Information given START

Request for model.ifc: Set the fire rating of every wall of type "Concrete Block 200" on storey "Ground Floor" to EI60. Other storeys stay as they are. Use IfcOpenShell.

First a look at what the model holds.

```python
import ifcopenshell
import ifcopenshell.util.element

model = ifcopenshell.open("model.ifc")
print(model.schema)
storey = next(s for s in model.by_type("IfcBuildingStorey") if s.Name == "Ground Floor")
walls = [e for e in ifcopenshell.util.element.get_decomposition(storey) if e.is_a("IfcWall")]
seen = {}
for e in walls:
    element_type = ifcopenshell.util.element.get_type(e)
    key = (element_type.Name if element_type != e and element_type else None, ifcopenshell.util.element.get_pset(e, "Pset_WallCommon", "FireRating"))
    seen[key] = seen.get(key, 0) + 1
for (name, value), count in sorted(seen.items(), key=str):
    print(count, "x", name, "|", value)
```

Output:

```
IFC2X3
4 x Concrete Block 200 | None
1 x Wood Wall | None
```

```python
import ifcopenshell
import ifcopenshell.api.pset
import ifcopenshell.util.element

model = ifcopenshell.open("model.ifc")

storey = next(s for s in model.by_type("IfcBuildingStorey") if s.Name == "Ground Floor")
walls = [e for e in ifcopenshell.util.element.get_decomposition(storey) if e.is_a("IfcWall")]

count = 0
for e in walls:
    element_type = ifcopenshell.util.element.get_type(e)
    if element_type in (None, e) or element_type.Name != "Concrete Block 200":
        continue
    # add_pset returns the element's existing set when there is one.
    pset = ifcopenshell.api.pset.add_pset(model, product=e, name="Pset_WallCommon")
    ifcopenshell.api.pset.edit_pset(model, pset=pset, properties={"FireRating": "EI60"})
    count += 1

print(count, "walls updated")

model.write("model_v2.ifc")
```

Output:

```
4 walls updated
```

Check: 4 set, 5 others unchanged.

Information given END

» **Work item**
Reproduce each entry from the records above, character for character.

» **Task result**
Request for model.ifc: Set the fire rating of every wall of type "Concrete Block 200" on storey "Ground Floor" to EI60. Other storeys stay as they are. Use IfcOpenShell.

First a look at what the model holds.

```python
import ifcopenshell
import ifcopenshell.util.element

model = ifcopenshell.open("model.ifc")
print(model.schema)
storey = next(s for s in model.by_type("IfcBuildingStorey") if s.Name == "Ground Floor")
walls = [e for e in ifcopenshell.util.element.get_decomposition(storey) if e.is_a("IfcWall")]
seen = {}
for e in walls:
    element_type = ifcopenshell.util.element.get_type(e)
    key = (element_type.Name if element_type != e and element_type else None, ifcopenshell.util.element.get_pset(e, "Pset_WallCommon", "FireRating"))
    seen[key] = seen.get(key, 0) + 1
for (name, value), count in sorted(seen.items(), key=str):
    print(count, "x", name, "|", value)
```

Output:

```
IFC2X3
4 x Concrete Block 200 | None
1 x Wood Wall | None
```

```python
import ifcopenshell
import ifcopenshell.api.pset
import ifcopenshell.util.element

model = ifcopenshell.open("model.ifc")

storey = next(s for s in model.by_type("IfcBuildingStorey") if s.Name == "Ground Floor")
walls = [e for e in ifcopenshell.util.element.get_decomposition(storey) if e.is_a("IfcWall")]

count = 0
for e in walls:
    element_type = ifcopenshell.util.element.get_type(e)
    if element_type in (None, e) or element_type.Name != "Concrete Block 200":
        continue
    # add_pset returns the element's existing set when there is one.
    pset = ifcopenshell.api.pset.add_pset(model, product=e, name="Pset_WallCommon")
    ifcopenshell.api.pset.edit_pset(model, pset=pset, properties={"FireRating": "EI60"})
    count += 1

print(count, "walls updated")

model.write("model_v2.ifc")
```

Output:

```
4 walls updated
```

Check: 4 set, 5 others unchanged.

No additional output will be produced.